MANNHEIM--A German court Friday granted Microsoft Corp. (MSFT) an injunction against Google Inc.'s (GOOG) Motorola Mobility unit over infringement of a patent on common names for long and short file allocation tables, or FAT technology.
Presiding judge Andreas Voss told the courtroom in this case the court was "convinced" of patent infringement. The court, in Mannheim, ordered Motorola to pay half the costs.
Microsoft sued Motorola for infringing the patent with products including the Razr, Razr Maxx and Atrix smartphones.
If enforced by Microsoft, the injunction would require Motorola to recall infringing products from sale in Germany and pay damages. The patent, EP0618540, dates from 1994.
"We will continue to enforce injunctions against Motorola Mobility products in [the U.S. and Germany] and hope they will join other Android device makers by taking a license to Microsoft's patented inventions," said David Howard, corporate vice president and deputy general counsel for Microsoft, in a statement.
Motorola didn't immediately respond to an emailed request for comment.

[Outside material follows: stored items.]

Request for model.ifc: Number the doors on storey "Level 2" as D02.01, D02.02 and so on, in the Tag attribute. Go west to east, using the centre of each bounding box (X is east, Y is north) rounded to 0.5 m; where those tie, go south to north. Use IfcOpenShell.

First a look at what the model holds.

```python
import ifcopenshell
import ifcopenshell.util.element
import ifcopenshell.util.placement

model = ifcopenshell.open("model.ifc")
print(model.schema)
storey = next(s for s in model.by_type("IfcBuildingStorey") if s.Name == "Level 2")
doors = [e for e in ifcopenshell.util.element.get_decomposition(storey) if e.is_a("IfcDoor")]
for e in sorted(doors, key=lambda e: e.id()):
    origin = ifcopenshell.util.placement.get_local_placement(e.ObjectPlacement)[:3, 3]
    print(e.id(), e.Tag, e.Name, origin.round(2) + 0.0, sep=" | ")
```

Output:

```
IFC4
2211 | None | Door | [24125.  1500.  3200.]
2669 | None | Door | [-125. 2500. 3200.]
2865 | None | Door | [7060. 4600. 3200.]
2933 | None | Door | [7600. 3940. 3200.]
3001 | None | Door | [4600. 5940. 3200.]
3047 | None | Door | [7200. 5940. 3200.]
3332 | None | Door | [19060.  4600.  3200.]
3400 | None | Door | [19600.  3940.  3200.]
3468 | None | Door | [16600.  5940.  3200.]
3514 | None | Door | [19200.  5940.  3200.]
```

```python
import ifcopenshell
import ifcopenshell.geom
import ifcopenshell.util.element
import ifcopenshell.util.shape

model = ifcopenshell.open("model.ifc")
settings = ifcopenshell.geom.settings()
settings.set("use-world-coords", True)


def centre(element):
    shape = ifcopenshell.geom.create_shape(settings, element)
    return ifcopenshell.util.shape.get_bbox_centroid(shape.geometry)


storey = next(s for s in model.by_type("IfcBuildingStorey") if s.Name == "Level 2")
doors = [e for e in ifcopenshell.util.element.get_decomposition(storey) if e.is_a("IfcDoor")]

# Insertion points can sit at a corner or the storey origin, so sort by the geometry (in metres).
centres = {e: centre(e) for e in doors}
doors.sort(key=lambda e: (round(centres[e][0] / 0.5), centres[e][1]))

for i, e in enumerate(doors, start=1):
    number = f"D02.{i:02d}"
    e.Tag = number
    print(e.id(), number)

model.write("model_v2.ifc")
```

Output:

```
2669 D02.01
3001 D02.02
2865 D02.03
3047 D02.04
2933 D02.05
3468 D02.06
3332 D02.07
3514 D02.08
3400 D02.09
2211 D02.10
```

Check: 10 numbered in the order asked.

"If this gets enforced it's going to be much less convenient for users to download files such as photos on to their personal computers" and mobile devices, said Florian Mueller, writer of the Foss Patents blog. Mr. Mueller has carried out consultancy work for Microsoft.
Microsoft and Motorola have been locked in a string of legal disputes in German courts, as well as in the U.S. Both sides have been granted injunctions against the other on various copyright issues.

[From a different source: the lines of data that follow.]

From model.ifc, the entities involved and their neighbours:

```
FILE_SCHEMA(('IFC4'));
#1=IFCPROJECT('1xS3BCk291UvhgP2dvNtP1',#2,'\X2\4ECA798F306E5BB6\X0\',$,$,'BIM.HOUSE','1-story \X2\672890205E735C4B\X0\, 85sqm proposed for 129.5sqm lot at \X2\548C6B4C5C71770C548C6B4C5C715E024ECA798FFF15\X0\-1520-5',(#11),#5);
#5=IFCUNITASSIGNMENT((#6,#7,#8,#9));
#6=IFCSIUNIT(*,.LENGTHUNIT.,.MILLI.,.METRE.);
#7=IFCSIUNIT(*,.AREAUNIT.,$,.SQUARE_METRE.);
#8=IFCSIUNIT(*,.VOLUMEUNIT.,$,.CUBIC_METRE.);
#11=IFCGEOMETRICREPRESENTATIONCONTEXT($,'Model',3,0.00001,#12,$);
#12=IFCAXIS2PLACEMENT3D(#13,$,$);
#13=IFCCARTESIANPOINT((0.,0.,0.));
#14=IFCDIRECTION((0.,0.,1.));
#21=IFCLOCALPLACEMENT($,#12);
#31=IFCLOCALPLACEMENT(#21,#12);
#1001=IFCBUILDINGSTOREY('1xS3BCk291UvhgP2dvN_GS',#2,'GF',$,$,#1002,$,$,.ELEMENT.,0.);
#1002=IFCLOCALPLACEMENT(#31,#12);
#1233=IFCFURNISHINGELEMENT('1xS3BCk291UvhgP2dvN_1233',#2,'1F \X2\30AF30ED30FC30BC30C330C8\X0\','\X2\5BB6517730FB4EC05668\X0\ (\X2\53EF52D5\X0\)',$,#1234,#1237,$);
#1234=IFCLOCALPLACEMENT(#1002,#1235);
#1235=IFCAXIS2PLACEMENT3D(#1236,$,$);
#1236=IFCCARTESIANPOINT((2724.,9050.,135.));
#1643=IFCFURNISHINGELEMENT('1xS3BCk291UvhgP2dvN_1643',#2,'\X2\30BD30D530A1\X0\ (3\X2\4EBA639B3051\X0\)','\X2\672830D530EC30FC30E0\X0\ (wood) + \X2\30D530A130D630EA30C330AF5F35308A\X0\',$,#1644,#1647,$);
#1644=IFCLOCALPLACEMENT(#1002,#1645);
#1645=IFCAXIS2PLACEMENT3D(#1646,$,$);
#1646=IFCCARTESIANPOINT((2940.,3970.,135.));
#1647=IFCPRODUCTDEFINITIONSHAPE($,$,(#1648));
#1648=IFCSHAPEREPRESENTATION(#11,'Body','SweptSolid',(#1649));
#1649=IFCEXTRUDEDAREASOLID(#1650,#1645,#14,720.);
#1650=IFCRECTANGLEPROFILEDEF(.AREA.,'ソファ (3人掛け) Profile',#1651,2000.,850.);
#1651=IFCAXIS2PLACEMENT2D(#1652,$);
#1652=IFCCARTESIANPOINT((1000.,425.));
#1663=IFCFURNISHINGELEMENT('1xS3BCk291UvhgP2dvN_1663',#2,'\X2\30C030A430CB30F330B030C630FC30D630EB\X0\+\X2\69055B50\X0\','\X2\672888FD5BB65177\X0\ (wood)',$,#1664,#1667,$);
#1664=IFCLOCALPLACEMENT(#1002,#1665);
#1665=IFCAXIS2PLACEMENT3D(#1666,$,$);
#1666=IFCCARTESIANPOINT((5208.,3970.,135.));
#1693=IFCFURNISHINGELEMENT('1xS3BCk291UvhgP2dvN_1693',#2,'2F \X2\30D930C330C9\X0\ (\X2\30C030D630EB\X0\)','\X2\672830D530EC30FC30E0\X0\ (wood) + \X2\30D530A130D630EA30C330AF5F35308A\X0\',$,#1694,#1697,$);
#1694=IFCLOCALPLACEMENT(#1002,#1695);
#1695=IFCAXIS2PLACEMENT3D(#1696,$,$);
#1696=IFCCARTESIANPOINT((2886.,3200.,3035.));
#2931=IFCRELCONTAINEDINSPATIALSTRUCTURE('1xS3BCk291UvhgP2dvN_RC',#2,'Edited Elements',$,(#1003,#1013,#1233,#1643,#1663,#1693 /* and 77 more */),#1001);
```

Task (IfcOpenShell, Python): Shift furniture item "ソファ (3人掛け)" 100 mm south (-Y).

```python
import ifcopenshell
import ifcopenshell.api.geometry
import ifcopenshell.util.placement

model = ifcopenshell.open("model.ifc")

item = model.by_id(1643)
matrix = ifcopenshell.util.placement.get_local_placement(item.ObjectPlacement)
matrix[1, 3] -= 100.0
ifcopenshell.api.geometry.edit_object_placement(model, product=item, matrix=matrix, is_si=False)

print(ifcopenshell.util.placement.get_local_placement(item.ObjectPlacement).round(3) + 0.0)

model.write("model_v2.ifc")
```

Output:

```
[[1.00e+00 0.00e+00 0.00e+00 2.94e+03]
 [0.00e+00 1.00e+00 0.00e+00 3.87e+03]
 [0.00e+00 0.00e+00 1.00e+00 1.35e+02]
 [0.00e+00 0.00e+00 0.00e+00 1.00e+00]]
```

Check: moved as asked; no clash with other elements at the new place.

The ruling comes a day after a court in Munich dismissed a separate suit brought by Microsoft against Motorola over a patent concerning event management in an operating system. Microsoft said it plans to appeal that ruling.

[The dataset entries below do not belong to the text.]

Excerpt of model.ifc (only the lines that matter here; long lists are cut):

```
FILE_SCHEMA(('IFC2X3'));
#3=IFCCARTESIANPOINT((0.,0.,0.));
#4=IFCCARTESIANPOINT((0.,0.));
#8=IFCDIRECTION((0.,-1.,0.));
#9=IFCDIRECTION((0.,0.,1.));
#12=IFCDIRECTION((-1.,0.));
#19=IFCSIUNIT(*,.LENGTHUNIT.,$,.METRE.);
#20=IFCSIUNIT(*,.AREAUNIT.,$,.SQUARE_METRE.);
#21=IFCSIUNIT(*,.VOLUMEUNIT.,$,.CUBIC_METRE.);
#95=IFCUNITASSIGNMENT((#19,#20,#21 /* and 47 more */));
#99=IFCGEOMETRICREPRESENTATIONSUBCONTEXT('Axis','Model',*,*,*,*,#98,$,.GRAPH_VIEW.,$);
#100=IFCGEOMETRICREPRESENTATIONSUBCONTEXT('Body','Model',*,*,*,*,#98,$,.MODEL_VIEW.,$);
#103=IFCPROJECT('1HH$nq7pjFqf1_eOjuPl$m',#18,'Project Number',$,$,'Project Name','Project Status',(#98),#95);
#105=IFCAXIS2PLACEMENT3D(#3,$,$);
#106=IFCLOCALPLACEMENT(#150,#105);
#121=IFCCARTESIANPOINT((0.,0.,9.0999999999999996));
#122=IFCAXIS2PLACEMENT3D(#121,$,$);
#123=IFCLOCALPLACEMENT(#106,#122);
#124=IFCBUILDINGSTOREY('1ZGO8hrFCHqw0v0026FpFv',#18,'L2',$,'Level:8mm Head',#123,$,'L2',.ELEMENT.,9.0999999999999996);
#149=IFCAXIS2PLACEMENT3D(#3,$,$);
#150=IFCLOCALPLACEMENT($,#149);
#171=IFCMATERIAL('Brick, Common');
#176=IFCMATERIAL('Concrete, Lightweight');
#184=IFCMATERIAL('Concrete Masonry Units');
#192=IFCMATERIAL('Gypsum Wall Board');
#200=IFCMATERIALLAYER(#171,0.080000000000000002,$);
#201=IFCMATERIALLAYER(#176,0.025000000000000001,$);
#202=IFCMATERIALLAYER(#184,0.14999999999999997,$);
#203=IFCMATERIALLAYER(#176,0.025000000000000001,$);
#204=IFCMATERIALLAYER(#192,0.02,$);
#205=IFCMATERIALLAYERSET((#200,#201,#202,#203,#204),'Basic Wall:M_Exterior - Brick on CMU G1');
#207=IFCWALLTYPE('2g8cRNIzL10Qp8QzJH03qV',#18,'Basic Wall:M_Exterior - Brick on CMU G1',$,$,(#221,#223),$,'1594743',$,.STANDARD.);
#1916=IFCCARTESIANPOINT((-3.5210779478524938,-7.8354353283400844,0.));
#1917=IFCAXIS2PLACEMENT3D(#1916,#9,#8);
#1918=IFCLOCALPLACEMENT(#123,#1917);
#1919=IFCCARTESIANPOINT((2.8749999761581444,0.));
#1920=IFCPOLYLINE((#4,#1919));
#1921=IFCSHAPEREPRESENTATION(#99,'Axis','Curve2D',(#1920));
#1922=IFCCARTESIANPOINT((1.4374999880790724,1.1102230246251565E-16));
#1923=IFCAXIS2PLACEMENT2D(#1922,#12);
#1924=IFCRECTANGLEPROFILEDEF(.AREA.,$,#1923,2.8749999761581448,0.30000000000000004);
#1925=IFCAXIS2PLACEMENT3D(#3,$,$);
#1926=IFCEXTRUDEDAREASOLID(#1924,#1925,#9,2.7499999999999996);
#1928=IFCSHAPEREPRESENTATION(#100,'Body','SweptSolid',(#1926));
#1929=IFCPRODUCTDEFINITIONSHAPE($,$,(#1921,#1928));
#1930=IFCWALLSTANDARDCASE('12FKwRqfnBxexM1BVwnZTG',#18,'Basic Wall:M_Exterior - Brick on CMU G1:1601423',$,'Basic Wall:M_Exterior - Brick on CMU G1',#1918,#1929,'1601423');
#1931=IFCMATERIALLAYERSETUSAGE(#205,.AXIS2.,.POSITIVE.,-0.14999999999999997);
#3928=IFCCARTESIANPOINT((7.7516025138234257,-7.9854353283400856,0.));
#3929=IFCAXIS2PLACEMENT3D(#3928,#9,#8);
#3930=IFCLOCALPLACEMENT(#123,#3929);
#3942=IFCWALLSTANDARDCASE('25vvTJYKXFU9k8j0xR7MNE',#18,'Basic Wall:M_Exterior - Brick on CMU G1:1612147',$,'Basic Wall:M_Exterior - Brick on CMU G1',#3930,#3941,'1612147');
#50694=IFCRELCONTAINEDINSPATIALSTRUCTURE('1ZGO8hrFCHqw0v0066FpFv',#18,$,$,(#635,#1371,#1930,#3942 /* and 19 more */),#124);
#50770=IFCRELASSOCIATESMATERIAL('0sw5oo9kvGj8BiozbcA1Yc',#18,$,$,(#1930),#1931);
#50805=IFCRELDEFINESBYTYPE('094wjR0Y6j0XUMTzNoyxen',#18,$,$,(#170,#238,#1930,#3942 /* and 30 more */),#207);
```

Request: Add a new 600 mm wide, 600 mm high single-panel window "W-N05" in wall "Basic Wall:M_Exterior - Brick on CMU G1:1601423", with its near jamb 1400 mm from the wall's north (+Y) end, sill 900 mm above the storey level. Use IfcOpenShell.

```python
import numpy as np
import ifcopenshell
import ifcopenshell.api.feature
import ifcopenshell.api.geometry
import ifcopenshell.api.root
import ifcopenshell.api.spatial
import ifcopenshell.api.type
import ifcopenshell.geom
import ifcopenshell.util.element
import ifcopenshell.util.placement
import ifcopenshell.util.representation
import ifcopenshell.util.shape
import ifcopenshell.util.unit

model = ifcopenshell.open("model.ifc")
unit_scale = ifcopenshell.util.unit.calculate_unit_scale(model)
settings = ifcopenshell.geom.settings()


def volume(element):
    """Net volume in cubic metres, openings subtracted."""
    shape = ifcopenshell.geom.create_shape(settings, element)
    return ifcopenshell.util.shape.get_volume(shape.geometry)


wall = model.by_guid("12FKwRqfnBxexM1BVwnZTG")
storey = ifcopenshell.util.element.get_container(wall, ifc_class="IfcBuildingStorey")
context = ifcopenshell.util.representation.get_context(model, "Model", "Body", "MODEL_VIEW")
before = volume(wall)

width, height, from_end, sill = 0.6, 0.6, 1.4, 0.9  # metres

# The wall runs along its own X axis, and the end named is its -X end.
wall_shape = ifcopenshell.geom.create_shape(settings, wall)
x, y, z = ifcopenshell.util.shape.get_vertices(wall_shape.geometry).T
start = x.min() + from_end
face, thickness = float(y.min()), float(y.max() - y.min())
wall_matrix = ifcopenshell.util.placement.get_local_placement(wall.ObjectPlacement)
level = ifcopenshell.util.placement.get_local_placement(storey.ObjectPlacement)[2, 3]


def in_wall(x, y):
    """Placement at x, y metres in the wall's axes, at sill height."""
    matrix = wall_matrix.copy()
    matrix[:, 3] = wall_matrix @ np.array([x / unit_scale, y / unit_scale, 0.0, 1.0])
    matrix[2, 3] = level + sill / unit_scale
    return matrix


# Opening: a box that overshoots both wall faces by 50 mm.
opening = ifcopenshell.api.root.create_entity(model, ifc_class="IfcOpeningElement")
box = ifcopenshell.api.geometry.add_wall_representation(
    model, context=context, length=width, height=height, thickness=thickness + 0.1
)
ifcopenshell.api.geometry.assign_representation(model, product=opening, representation=box)
ifcopenshell.api.geometry.edit_object_placement(model, product=opening, matrix=in_wall(start, face - 0.05), is_si=False)
ifcopenshell.api.feature.add_feature(model, feature=opening, element=wall)

window = ifcopenshell.api.root.create_entity(model, ifc_class="IfcWindow", name="W-N05")
window.OverallWidth, window.OverallHeight = width / unit_scale, height / unit_scale
body = ifcopenshell.api.geometry.add_window_representation(
    model,
    context=context,
    overall_width=window.OverallWidth,
    overall_height=window.OverallHeight,
    partition_type="SINGLE_PANEL",
)
ifcopenshell.api.geometry.assign_representation(model, product=window, representation=body)
ifcopenshell.api.spatial.assign_container(model, products=[window], relating_structure=storey)
fills = ifcopenshell.api.feature.add_filling(model, opening=opening, element=window)
fills.OwnerHistory = window.OwnerHistory  # required in IFC2X3

# IFC2X3 keeps the operation on the window style.
style = ifcopenshell.api.root.create_entity(model, ifc_class="IfcWindowStyle", name="W-N05")
style.OperationType, style.ConstructionType = "SINGLE_PANEL", "NOTDEFINED"
style.ParameterTakesPrecedence = style.Sizeable = False
ifcopenshell.api.type.assign_type(model, related_objects=[window], relating_type=style)

# Centre the window in the wall's thickness.
ifcopenshell.api.geometry.edit_object_placement(model, product=window, matrix=in_wall(start, face), is_si=False)
window_shape = ifcopenshell.geom.create_shape(settings, window)
depth = ifcopenshell.util.shape.get_vertices(window_shape.geometry)[:, 1]
offset = face + thickness / 2 - (depth.min() + depth.max()) / 2
ifcopenshell.api.geometry.edit_object_placement(model, product=window, matrix=in_wall(start, offset), is_si=False)

after = volume(wall)

print(f"wall volume {before:.3f} -> {after:.3f} m3")

model.write("model_v2.ifc")
```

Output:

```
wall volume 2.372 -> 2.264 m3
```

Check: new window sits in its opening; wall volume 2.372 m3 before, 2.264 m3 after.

Microsoft has already enforced an injunction against Motorola in Germany based on a win in Munich's regional court in May. That case concerned a patent related to SMS messaging.
In the U.S., Microsoft has also enforced an injunction handed down in a May ruling by the International Trade Commission, which prevents Motorola from importing products that infringe Microsoft's ActiveSync, technology used to sync entries in software features.